[Dataset entries]
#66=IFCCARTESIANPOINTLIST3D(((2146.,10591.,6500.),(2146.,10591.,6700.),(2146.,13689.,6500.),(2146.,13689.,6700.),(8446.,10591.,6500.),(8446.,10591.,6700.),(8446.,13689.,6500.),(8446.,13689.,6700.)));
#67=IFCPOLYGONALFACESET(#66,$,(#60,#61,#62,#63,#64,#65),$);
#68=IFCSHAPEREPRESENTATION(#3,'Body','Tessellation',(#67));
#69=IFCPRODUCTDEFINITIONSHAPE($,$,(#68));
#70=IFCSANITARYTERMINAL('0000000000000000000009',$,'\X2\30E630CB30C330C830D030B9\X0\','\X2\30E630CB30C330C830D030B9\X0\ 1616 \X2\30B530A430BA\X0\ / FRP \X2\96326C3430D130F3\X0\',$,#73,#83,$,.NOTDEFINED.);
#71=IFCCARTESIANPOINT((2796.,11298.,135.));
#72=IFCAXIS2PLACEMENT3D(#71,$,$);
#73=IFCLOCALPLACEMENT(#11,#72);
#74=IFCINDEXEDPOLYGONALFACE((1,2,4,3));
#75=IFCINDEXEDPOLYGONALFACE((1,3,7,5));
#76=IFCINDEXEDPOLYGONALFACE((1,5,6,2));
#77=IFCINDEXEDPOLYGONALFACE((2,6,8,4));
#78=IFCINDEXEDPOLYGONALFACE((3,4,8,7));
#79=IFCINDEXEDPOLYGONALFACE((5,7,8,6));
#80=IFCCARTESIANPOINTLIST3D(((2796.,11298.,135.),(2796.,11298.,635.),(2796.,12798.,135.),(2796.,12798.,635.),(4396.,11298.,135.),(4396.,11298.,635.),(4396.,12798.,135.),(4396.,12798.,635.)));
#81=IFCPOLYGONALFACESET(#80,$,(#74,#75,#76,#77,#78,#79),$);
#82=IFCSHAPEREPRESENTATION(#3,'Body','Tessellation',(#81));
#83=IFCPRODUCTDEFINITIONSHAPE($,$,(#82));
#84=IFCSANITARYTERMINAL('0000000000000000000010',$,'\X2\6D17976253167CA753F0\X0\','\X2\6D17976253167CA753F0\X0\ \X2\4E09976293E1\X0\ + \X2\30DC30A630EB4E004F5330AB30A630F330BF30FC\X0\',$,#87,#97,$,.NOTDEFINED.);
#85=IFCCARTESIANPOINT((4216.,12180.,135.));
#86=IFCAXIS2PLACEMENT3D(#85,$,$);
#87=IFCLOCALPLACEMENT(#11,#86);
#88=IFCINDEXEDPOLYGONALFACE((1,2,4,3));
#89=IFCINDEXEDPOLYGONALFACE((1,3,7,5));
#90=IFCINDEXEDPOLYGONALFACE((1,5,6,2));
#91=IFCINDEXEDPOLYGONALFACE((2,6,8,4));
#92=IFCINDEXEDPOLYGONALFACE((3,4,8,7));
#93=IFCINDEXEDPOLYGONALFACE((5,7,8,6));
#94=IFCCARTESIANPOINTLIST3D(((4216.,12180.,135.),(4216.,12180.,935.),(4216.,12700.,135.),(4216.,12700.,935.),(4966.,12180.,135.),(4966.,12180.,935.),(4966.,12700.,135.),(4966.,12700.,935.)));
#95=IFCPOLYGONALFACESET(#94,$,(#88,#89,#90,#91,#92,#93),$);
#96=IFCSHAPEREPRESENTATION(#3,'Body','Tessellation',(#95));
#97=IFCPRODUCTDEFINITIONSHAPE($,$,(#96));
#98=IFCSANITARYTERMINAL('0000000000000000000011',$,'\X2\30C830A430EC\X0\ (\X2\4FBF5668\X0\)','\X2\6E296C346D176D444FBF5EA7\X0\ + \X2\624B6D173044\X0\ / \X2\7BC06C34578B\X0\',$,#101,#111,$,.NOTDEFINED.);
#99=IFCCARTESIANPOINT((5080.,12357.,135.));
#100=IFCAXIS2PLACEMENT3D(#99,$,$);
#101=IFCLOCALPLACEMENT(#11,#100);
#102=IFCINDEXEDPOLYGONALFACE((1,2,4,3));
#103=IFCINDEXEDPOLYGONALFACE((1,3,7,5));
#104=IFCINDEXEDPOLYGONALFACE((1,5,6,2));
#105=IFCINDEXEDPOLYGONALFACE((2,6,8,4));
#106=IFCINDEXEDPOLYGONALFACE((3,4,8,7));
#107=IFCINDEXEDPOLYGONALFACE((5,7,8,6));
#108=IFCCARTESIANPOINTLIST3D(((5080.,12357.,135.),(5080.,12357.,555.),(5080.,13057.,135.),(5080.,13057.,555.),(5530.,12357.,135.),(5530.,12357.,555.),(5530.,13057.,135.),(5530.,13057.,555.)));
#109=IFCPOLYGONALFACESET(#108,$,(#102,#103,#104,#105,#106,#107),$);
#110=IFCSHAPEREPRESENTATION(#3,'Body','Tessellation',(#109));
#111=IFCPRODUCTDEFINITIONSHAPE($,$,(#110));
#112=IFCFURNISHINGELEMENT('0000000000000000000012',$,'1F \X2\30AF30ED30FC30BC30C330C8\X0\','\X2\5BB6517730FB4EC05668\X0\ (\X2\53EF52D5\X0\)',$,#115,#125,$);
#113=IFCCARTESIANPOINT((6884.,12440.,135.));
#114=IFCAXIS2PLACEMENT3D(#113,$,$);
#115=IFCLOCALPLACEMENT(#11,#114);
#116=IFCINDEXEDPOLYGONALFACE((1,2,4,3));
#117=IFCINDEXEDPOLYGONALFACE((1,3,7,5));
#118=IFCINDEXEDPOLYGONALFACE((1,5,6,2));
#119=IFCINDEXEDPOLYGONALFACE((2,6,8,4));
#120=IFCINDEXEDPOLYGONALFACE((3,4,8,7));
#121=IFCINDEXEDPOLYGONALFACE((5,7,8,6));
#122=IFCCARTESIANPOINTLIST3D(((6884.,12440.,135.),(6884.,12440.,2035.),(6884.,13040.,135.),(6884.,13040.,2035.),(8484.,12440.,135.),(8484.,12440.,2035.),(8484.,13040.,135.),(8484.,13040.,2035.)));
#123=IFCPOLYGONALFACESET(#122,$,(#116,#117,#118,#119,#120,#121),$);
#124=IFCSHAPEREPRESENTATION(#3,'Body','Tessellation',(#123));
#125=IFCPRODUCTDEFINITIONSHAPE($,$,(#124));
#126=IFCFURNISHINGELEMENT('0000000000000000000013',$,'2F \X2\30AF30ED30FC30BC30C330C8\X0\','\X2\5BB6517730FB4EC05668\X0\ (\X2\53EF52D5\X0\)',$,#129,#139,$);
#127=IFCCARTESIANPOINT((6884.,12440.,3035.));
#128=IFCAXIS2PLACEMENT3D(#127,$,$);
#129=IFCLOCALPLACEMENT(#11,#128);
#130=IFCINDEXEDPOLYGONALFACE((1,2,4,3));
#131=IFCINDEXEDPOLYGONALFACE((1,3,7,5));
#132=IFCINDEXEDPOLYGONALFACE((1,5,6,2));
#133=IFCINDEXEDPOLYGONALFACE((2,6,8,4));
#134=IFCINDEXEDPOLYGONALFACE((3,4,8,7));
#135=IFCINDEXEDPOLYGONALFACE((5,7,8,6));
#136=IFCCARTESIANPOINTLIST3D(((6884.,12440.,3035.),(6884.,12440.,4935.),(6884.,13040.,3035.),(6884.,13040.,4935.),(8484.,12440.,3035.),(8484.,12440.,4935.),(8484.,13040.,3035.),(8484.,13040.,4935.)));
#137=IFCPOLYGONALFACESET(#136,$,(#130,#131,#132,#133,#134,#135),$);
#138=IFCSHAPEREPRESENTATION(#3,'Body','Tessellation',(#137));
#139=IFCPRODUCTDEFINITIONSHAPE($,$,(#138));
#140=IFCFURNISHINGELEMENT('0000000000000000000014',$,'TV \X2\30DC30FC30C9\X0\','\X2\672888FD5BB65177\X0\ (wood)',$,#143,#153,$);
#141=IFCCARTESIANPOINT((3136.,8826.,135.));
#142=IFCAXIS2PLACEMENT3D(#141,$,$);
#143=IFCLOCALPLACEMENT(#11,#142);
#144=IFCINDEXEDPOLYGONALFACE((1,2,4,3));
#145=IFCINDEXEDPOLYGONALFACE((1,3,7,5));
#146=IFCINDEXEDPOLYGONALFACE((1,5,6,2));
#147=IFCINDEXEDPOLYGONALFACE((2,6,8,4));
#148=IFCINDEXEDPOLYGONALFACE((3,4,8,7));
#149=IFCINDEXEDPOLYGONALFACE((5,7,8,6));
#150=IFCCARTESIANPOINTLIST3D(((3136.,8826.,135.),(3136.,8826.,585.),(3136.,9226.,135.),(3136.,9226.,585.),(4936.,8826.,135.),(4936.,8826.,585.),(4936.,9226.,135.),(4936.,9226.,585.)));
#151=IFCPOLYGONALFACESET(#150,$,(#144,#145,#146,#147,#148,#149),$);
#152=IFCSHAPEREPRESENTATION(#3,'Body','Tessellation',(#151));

==

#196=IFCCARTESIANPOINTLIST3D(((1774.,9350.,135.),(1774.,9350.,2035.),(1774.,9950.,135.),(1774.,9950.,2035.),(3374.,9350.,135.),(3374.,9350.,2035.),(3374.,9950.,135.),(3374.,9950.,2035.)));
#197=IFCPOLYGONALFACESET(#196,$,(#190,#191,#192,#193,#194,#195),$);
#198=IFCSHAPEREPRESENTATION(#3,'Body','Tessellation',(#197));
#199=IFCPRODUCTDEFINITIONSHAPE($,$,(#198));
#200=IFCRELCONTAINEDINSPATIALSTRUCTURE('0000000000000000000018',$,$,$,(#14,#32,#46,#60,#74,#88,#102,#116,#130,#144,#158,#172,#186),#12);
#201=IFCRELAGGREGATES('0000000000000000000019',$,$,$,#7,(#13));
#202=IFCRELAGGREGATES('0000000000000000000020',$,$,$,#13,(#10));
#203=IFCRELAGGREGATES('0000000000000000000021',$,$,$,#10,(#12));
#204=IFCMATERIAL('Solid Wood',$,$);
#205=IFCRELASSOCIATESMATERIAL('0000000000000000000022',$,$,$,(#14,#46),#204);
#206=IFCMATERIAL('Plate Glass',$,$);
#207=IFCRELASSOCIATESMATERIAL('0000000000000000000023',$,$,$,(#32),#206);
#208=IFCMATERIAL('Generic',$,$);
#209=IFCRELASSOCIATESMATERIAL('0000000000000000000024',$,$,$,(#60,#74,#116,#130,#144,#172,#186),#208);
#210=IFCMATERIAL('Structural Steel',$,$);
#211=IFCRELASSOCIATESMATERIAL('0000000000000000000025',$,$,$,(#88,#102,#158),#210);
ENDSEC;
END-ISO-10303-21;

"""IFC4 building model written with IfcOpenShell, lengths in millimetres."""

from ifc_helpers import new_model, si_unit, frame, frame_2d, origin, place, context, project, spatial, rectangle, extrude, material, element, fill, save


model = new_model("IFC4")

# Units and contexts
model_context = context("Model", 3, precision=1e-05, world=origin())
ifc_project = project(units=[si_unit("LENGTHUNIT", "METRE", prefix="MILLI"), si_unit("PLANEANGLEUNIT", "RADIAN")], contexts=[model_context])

▸ **WORK TO BE COMPLETED**: Among the entries above, find the line with "#204=IFCMATERIAL('Solid Wood',$,$);" and the line with "#208=IFCMATERIAL('Generic',$,$);"; give again exactly these two lines and all lines between them.

▸ **OUTPUT OF THE EXERCISE**:
#204=IFCMATERIAL('Solid Wood',$,$);
#205=IFCRELASSOCIATESMATERIAL('0000000000000000000022',$,$,$,(#14,#46),#204);
#206=IFCMATERIAL('Plate Glass',$,$);
#207=IFCRELASSOCIATESMATERIAL('0000000000000000000023',$,$,$,(#32),#206);
#208=IFCMATERIAL('Generic',$,$);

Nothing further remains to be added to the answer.